# 2014 Cruze Diesel Road Trip Test by The Car Pro confirms 700+ mile tank



## Ned23 (Jun 16, 2012)

So, they drove the car from Six Flags Park in northern California to Six Flags Park in southern California and back again, 710 miles, 14 hours, on one tank of fuel. He averaged 48.3 mpg The guy said it was all around better than the Jetta except for rear seat room, city mpg and the DEF refills. 

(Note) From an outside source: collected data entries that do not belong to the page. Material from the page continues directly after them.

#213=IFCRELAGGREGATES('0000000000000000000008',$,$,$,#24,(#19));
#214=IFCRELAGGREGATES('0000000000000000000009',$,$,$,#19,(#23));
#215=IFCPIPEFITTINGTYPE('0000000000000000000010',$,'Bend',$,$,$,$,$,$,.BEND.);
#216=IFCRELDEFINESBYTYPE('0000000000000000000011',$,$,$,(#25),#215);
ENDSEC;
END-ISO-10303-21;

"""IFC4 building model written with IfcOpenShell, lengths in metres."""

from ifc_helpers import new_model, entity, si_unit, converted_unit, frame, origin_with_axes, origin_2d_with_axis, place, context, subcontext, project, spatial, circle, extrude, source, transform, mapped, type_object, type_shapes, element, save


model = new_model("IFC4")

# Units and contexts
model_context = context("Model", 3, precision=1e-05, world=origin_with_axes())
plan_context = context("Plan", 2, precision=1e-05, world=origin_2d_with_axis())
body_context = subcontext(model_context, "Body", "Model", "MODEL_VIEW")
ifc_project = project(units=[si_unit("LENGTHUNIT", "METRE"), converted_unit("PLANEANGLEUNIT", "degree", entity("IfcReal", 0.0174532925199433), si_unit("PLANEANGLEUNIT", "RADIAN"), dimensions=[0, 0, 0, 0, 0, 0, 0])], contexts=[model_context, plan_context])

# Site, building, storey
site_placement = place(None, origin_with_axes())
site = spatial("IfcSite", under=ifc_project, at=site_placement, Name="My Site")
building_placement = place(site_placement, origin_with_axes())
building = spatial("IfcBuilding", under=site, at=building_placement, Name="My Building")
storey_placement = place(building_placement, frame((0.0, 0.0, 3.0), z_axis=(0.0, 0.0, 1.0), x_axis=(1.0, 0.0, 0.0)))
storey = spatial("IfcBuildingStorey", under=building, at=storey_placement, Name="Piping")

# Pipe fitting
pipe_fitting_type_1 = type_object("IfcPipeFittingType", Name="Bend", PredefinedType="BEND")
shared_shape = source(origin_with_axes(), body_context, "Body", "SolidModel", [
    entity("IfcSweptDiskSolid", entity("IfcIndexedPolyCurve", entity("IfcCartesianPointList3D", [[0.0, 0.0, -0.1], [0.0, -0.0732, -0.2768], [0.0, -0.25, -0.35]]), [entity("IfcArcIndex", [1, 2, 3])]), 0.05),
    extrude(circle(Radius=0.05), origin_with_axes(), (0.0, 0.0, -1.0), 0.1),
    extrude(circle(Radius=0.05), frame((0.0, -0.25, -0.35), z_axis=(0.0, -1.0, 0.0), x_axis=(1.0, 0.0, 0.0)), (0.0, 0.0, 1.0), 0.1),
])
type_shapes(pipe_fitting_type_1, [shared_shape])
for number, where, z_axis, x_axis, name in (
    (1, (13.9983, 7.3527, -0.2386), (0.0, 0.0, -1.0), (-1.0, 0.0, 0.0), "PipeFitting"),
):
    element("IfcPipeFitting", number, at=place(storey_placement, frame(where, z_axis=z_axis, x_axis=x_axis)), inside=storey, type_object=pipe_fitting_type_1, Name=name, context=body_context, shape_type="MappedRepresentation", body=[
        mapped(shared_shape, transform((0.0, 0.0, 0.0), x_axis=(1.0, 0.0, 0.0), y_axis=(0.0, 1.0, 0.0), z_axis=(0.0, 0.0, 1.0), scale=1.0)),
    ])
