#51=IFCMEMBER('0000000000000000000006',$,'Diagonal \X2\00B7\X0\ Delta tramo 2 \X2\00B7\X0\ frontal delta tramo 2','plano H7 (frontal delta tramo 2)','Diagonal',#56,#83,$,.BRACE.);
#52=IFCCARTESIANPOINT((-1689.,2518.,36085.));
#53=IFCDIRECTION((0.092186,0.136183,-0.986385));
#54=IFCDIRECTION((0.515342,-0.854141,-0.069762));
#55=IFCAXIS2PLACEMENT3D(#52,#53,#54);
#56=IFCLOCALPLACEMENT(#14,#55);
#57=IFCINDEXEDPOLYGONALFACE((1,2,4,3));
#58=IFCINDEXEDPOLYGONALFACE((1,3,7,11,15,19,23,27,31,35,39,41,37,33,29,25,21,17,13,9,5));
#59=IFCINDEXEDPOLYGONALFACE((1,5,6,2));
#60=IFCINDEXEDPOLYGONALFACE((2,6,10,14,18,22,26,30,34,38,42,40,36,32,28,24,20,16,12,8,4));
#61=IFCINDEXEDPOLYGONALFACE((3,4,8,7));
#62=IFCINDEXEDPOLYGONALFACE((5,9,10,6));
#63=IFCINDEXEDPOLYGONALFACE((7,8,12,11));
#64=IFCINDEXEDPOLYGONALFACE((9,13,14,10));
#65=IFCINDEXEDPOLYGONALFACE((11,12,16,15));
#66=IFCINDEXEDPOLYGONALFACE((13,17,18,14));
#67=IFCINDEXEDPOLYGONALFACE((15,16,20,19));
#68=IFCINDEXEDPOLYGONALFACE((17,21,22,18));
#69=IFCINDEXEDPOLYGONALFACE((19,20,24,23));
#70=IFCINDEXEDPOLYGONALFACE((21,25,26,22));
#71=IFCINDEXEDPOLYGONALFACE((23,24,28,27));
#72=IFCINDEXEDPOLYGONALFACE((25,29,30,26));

What is funny is how he makes a big deal about the fuel light coming on when they're 20 miles from the end of the trip. There's usually 1-2 gallons left when the low fuel light comes on in my car. I've gone 50 miles with the low fuel light on.


----------



## CruzeTech (Mar 23, 2012)

Still trying to justify it.


----------



## spacedout (Dec 7, 2010)

CruzeTech said:


> Still trying to justify it.


Do you typically beat your ECO combined MPG number? I would assume with similar aerodynamics and EPA testing you should see at least the same level above EPA combined with the diesel(and not have to row gears). With my 1LT automatic I'm averaging 5.8MPG above EPA combined or 2.2MPG lower than the highway rating not sure which I should use when considering the Diesel. If I use both I should average in the 38.8-43.8MPG range with the diesel auto. 

Liked the video above but it failed for one reason.... no indication what so ever the speeds that were driven to achieve the 700+ mile tank.


----------



## Tomko (Jun 1, 2013)

Great find!

thanks for posting.


----------



## ErikBEggs (Aug 20, 2011)

It makes no sense to trade a current Cruze for the Cruze diesel. It is simply a good investment for those already in the market for a Cruze, especially a Cruze 2LT.


----------



## obermd (Mar 3, 2012)

I wouldn't trade my gas ECO MT for a diesel - the cost per gallon for diesel won't cover the additional highway MPG. Also, having topped my ECO MT out at 715.1 miles I know for a fact that the ECO MT can easily get 600+ miles on a tank. Now the 900 miles GM's engineers got is out of the ECO MT's range, but I have to stop more often than every 600 miles anyway.


----------



## spacedout (Dec 7, 2010)

obermd said:


> Now the 900 miles GM's engineers got is out of the ECO MT's range, but I have to stop more often than every 600 miles anyway.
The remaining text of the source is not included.